In 2001 biodiesel production was 9 million gallons. By 2011, it was nearly 100 times higher, at 967 million gallons. While this growth is significant, it represents only 1 percent of the total diesel production by volume. Consumption of biodiesel in 2011 was 878 million gallons (EIA, 2012). Similarly, RFS and EISA 2007 (RFS2) require consumption of 1 billion gallons biomass-based diesel. Tax credits and incentives through the RFS2 have had a positive influence on the production and consumption of biodiesel. Soybeans make up 57 percent of the biodiesel feedstock. Thus, droughts such as that the United States experienced in 2012 can cause the price of biodiesel to vacillate markedly, giving users little reason to purchase the fuel. The use of biofuels is well established in the United States. The growth in production and consumption still relies in a large part on incentives and tax credits. Nonfood-derived cellulosic feedstock is another consideration in the growth of these biofuels, but large-scale production and consumption is years away (NREL, 2012). A further fuel not yet in widespread use is so-called renewable diesel fuel, which is bio-oil refined to remove oxygen and which resembles petrol-derived fuels.
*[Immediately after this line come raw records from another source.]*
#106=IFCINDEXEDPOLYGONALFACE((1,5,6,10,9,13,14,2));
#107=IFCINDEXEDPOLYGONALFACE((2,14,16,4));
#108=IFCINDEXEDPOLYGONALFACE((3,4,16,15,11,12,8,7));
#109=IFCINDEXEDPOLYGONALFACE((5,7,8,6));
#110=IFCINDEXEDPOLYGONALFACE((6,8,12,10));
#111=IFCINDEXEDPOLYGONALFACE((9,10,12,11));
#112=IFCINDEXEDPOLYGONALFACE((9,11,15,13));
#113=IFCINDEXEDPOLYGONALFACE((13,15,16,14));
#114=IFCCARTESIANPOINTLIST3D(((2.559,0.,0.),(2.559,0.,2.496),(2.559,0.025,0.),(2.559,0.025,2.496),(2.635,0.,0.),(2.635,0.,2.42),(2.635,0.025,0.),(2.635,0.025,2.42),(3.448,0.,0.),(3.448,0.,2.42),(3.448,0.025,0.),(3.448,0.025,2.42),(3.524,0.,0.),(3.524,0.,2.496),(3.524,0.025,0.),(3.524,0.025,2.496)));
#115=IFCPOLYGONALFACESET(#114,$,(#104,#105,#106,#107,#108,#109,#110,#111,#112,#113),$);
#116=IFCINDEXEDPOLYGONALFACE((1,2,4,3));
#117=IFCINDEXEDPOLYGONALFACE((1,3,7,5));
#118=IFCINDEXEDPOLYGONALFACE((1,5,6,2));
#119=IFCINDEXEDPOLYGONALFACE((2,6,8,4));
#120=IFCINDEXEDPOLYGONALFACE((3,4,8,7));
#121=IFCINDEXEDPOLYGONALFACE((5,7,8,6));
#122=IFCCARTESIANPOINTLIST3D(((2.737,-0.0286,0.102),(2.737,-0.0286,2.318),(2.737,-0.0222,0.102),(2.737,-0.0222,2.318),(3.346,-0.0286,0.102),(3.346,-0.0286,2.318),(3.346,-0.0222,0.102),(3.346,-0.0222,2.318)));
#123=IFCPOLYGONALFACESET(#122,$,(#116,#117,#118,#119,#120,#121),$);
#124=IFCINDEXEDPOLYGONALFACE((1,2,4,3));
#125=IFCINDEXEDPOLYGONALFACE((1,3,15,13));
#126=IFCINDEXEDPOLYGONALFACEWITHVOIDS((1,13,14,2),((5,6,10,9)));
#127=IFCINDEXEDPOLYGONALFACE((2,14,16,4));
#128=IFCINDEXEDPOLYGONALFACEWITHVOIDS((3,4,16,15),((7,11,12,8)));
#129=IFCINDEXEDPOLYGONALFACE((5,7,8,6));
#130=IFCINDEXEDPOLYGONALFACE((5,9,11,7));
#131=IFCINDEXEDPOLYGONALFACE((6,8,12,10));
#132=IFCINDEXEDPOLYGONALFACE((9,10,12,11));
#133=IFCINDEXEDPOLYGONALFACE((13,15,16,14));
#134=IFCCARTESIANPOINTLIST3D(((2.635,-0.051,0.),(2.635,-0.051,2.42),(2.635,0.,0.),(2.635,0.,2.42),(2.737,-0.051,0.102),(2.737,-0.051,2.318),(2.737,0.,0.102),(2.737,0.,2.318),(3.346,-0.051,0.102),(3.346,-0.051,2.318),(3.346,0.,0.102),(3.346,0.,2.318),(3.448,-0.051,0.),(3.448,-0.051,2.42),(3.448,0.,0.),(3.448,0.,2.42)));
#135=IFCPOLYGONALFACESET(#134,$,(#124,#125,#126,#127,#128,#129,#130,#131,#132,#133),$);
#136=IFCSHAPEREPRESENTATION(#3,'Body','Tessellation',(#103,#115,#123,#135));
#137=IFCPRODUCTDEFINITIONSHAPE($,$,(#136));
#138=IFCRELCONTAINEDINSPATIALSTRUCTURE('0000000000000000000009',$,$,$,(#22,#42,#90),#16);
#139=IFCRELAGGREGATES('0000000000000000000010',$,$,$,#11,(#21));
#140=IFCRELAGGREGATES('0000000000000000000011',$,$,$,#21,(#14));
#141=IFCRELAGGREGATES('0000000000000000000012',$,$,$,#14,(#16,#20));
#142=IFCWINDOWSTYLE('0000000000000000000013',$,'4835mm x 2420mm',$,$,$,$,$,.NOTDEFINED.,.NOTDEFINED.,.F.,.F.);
Dimethyl ether (DME) may show promise as an alternative fuel. Synthesized from methanol, it can be produced from biomass, natural gas, or coal. Its thermal efficiency and performance are comparable to those of diesel. DME typically sells at a premium to energy value (i.e., costs more for the same enthalpy). DME is liquefied at 50 pounds per square inch (psi) (or 345 kilopascal (kPa)), so its use requires similar tankage to propane. DME is expected to have the same selling price as a diesel gallon equivalent. 32 As with most alternative fuels, developing engine and vehicle modifications and the distribution infrastructure for the fuel are the most obvious obstacles to widespread use of DME in the near term. DME currently has minimal transportation applications in the United States.
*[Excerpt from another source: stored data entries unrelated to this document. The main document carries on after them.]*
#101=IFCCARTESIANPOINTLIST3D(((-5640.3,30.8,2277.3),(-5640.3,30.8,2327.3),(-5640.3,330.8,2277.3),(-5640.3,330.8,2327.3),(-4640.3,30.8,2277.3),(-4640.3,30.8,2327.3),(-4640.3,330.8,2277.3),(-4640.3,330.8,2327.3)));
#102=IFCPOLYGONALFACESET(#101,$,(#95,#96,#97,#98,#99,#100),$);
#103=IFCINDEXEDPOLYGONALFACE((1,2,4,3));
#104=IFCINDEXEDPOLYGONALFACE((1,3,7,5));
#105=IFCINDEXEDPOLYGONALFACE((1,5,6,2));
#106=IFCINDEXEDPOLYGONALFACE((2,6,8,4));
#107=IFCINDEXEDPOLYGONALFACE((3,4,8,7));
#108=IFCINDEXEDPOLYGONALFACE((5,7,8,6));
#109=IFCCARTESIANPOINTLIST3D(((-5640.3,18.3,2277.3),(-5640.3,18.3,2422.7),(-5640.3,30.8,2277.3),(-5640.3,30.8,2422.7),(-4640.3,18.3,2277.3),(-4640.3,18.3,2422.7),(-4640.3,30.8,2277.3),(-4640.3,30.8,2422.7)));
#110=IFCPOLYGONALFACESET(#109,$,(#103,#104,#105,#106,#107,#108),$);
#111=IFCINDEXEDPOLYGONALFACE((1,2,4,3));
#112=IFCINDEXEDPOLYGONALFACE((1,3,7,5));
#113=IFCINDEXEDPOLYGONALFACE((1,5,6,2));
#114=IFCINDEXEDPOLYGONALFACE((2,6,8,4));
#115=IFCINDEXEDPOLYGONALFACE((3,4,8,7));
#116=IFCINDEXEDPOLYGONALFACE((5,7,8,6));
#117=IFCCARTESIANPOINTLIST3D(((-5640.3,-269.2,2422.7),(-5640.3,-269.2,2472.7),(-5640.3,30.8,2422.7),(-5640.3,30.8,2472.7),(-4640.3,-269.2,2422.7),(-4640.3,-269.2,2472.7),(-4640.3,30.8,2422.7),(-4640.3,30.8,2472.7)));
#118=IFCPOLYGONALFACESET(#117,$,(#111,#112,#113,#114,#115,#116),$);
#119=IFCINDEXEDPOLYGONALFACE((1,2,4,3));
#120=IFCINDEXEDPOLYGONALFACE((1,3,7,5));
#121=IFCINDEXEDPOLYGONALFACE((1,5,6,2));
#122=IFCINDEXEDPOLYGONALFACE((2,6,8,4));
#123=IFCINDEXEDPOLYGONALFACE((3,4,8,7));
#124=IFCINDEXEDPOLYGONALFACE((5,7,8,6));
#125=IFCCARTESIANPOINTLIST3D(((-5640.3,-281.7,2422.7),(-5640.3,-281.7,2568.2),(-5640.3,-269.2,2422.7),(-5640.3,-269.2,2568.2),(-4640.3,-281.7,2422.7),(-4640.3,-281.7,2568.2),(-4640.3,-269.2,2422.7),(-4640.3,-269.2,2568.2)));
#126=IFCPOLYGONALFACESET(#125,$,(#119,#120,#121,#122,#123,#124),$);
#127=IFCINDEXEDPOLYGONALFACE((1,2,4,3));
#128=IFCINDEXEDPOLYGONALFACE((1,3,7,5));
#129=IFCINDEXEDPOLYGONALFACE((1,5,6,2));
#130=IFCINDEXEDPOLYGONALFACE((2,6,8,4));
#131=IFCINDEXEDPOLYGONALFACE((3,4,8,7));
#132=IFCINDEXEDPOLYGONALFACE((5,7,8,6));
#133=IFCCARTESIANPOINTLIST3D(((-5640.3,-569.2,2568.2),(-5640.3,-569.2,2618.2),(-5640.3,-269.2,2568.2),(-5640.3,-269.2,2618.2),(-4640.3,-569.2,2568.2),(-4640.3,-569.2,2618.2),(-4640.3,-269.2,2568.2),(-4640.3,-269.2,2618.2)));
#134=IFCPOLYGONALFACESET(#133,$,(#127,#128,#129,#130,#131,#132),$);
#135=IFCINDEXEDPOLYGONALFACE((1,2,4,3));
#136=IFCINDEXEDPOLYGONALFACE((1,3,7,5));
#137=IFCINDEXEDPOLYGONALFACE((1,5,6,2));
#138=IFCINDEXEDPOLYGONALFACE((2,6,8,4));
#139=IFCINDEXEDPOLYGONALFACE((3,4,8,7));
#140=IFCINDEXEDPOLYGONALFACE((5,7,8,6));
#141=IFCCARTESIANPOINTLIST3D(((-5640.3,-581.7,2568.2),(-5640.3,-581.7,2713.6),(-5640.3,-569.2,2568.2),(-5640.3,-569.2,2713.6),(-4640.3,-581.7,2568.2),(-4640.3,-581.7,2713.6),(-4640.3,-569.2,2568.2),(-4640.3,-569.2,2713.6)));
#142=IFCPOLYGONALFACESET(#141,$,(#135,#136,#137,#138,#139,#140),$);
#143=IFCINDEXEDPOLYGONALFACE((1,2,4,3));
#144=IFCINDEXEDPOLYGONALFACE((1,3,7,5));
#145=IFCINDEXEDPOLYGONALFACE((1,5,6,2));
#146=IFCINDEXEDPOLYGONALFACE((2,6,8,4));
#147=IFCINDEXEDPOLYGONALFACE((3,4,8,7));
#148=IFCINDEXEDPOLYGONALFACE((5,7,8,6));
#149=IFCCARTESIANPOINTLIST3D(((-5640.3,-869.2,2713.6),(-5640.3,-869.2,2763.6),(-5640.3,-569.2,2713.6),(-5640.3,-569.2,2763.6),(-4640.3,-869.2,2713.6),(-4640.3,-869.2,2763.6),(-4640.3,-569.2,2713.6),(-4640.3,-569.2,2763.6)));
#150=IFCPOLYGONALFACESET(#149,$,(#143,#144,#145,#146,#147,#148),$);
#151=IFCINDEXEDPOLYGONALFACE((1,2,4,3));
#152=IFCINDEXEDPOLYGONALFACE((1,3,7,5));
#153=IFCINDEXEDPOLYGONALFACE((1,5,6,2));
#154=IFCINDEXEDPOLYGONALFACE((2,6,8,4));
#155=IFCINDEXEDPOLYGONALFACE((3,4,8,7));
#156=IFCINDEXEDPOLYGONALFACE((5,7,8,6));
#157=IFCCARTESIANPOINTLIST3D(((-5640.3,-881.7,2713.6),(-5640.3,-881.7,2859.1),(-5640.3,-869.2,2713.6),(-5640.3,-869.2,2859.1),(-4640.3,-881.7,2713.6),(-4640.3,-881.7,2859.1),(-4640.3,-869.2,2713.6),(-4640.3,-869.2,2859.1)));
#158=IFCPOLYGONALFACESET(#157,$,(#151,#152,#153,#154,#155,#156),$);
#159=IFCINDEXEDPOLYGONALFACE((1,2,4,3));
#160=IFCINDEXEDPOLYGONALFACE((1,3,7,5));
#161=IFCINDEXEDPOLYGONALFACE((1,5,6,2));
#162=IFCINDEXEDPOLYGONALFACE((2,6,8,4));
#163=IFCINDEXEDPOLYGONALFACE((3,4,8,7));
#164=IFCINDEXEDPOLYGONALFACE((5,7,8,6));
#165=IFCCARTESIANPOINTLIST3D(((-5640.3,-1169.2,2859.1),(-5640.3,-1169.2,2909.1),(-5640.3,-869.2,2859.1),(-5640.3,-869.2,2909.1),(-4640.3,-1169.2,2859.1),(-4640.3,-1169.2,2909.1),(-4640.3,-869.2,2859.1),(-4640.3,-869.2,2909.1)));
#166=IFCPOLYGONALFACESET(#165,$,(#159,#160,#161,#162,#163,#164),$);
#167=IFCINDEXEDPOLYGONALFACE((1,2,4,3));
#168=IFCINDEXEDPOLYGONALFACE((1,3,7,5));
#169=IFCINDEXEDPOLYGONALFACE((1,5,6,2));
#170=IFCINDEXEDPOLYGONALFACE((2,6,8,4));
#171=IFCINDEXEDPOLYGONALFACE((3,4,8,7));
Fischer-Tropsch. Other alternative fuels, known as Fischer-Tropsch (FT) or gas-to-liquid (GTL) fuels, are available in the market but are currently produced in very modest volumes: only about 200,000 barrels a day, which is equal to less than 1 percent of global diesel demand a day (NYT, 2012). These fuels are produced via the FT chemical process, using natural gas, coal, or biomass as feedstock. FT fuels are interesting because they reduce dependency on crude oil and, depending on the feedstock used, may reduce the CO2 footprint as compared with petroleum-based fuels.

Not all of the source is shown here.